• Problem to solve:
Could you set down exactly the lines of the data below, starting at the one that holds "from ifc_helpers import" and ending at the one that holds "site_placement = place(None, origin())", both included, and only those?

[Dataset entries]
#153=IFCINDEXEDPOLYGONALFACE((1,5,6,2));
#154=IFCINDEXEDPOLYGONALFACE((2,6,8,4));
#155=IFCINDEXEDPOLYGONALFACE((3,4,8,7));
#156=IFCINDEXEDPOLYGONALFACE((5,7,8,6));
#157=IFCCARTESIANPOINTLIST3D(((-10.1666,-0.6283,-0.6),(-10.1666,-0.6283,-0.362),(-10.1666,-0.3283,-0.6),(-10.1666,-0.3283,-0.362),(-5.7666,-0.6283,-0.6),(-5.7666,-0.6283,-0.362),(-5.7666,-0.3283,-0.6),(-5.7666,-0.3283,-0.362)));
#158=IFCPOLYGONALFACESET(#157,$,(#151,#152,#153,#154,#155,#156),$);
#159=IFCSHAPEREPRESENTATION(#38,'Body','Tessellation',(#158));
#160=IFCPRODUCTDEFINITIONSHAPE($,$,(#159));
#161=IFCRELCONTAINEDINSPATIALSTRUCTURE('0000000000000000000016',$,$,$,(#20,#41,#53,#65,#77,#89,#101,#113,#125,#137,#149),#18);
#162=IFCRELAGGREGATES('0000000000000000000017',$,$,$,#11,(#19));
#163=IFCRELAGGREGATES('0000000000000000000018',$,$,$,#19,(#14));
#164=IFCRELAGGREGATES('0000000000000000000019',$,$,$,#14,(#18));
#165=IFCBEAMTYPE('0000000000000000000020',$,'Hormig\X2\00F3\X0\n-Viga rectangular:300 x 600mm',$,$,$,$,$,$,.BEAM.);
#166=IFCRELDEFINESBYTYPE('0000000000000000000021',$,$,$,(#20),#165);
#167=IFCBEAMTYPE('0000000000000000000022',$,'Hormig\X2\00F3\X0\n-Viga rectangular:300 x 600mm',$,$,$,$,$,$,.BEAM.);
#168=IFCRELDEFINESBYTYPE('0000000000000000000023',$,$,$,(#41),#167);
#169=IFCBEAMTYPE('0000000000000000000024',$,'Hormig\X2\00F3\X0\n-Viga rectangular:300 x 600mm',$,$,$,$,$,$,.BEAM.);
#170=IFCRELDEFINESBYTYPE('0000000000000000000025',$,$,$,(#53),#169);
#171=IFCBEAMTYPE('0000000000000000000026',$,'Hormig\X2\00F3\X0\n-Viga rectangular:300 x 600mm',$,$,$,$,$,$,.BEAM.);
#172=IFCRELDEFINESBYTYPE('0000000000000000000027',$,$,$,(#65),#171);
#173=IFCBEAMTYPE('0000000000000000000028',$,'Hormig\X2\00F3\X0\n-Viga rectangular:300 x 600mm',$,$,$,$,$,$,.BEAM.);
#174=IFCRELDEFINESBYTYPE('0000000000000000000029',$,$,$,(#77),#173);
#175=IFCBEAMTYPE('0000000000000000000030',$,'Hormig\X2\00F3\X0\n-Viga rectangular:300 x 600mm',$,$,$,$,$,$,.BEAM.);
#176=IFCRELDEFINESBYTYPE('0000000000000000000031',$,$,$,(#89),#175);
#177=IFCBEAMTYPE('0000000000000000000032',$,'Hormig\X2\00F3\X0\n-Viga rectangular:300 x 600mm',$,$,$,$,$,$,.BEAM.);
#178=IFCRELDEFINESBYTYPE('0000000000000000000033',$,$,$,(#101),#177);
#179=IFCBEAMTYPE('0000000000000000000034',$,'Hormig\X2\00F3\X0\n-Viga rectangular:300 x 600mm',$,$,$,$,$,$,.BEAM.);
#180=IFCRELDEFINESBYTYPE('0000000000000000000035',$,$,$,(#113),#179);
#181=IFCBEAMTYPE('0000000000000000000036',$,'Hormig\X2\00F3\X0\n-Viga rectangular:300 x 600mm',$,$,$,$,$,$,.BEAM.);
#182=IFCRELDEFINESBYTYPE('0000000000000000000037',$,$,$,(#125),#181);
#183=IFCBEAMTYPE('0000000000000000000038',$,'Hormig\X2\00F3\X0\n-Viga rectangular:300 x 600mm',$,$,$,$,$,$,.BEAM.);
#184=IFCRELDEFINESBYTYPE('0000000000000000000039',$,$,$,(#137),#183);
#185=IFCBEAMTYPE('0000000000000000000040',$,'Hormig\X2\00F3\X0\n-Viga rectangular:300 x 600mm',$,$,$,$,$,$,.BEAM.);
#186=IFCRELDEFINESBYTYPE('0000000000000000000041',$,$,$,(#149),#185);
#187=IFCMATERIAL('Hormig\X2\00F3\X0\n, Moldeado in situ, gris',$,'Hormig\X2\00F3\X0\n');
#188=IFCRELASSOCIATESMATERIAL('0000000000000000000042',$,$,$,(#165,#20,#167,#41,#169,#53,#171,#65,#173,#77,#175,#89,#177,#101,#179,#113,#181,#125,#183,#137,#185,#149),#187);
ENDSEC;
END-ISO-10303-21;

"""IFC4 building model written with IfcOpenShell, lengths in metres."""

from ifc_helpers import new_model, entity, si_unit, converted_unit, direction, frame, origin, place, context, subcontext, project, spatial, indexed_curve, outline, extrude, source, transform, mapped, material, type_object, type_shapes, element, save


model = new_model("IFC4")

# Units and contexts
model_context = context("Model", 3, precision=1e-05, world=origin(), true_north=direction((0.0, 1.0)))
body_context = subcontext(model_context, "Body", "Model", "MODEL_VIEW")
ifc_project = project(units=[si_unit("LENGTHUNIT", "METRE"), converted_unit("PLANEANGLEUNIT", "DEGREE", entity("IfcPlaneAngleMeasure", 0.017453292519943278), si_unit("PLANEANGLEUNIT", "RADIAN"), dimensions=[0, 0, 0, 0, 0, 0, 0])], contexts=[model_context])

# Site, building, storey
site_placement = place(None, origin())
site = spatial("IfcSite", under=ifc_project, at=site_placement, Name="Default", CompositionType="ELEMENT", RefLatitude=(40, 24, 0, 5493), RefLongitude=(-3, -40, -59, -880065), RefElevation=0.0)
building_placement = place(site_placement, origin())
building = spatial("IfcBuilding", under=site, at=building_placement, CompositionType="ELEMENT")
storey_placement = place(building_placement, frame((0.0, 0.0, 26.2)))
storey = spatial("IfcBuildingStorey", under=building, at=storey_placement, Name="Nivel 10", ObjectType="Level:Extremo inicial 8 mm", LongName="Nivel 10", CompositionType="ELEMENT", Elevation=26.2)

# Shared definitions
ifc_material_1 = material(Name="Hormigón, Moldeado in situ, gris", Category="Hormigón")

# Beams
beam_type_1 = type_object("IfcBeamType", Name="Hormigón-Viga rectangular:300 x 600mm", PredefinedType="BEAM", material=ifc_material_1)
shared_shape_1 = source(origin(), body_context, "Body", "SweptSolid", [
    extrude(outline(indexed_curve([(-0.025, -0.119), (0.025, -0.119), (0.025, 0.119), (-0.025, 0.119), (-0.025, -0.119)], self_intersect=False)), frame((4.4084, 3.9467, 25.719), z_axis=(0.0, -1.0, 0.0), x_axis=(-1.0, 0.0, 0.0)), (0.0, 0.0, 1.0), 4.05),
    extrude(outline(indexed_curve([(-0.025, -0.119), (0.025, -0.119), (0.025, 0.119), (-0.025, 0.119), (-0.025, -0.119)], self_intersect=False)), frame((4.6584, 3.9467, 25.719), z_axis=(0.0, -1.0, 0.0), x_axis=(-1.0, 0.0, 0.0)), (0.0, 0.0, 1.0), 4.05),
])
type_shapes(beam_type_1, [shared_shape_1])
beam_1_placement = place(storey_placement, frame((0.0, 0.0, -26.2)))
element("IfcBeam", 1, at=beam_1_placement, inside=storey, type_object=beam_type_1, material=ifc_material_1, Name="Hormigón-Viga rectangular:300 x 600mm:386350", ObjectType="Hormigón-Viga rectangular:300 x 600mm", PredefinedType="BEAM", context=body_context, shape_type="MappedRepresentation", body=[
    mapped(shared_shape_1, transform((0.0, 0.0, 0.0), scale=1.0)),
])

• Answer to this task:
from ifc_helpers import new_model, entity, si_unit, converted_unit, direction, frame, origin, place, context, subcontext, project, spatial, indexed_curve, outline, extrude, source, transform, mapped, material, type_object, type_shapes, element, save


model = new_model("IFC4")

# Units and contexts
model_context = context("Model", 3, precision=1e-05, world=origin(), true_north=direction((0.0, 1.0)))
body_context = subcontext(model_context, "Body", "Model", "MODEL_VIEW")
ifc_project = project(units=[si_unit("LENGTHUNIT", "METRE"), converted_unit("PLANEANGLEUNIT", "DEGREE", entity("IfcPlaneAngleMeasure", 0.017453292519943278), si_unit("PLANEANGLEUNIT", "RADIAN"), dimensions=[0, 0, 0, 0, 0, 0, 0])], contexts=[model_context])

# Site, building, storey
site_placement = place(None, origin())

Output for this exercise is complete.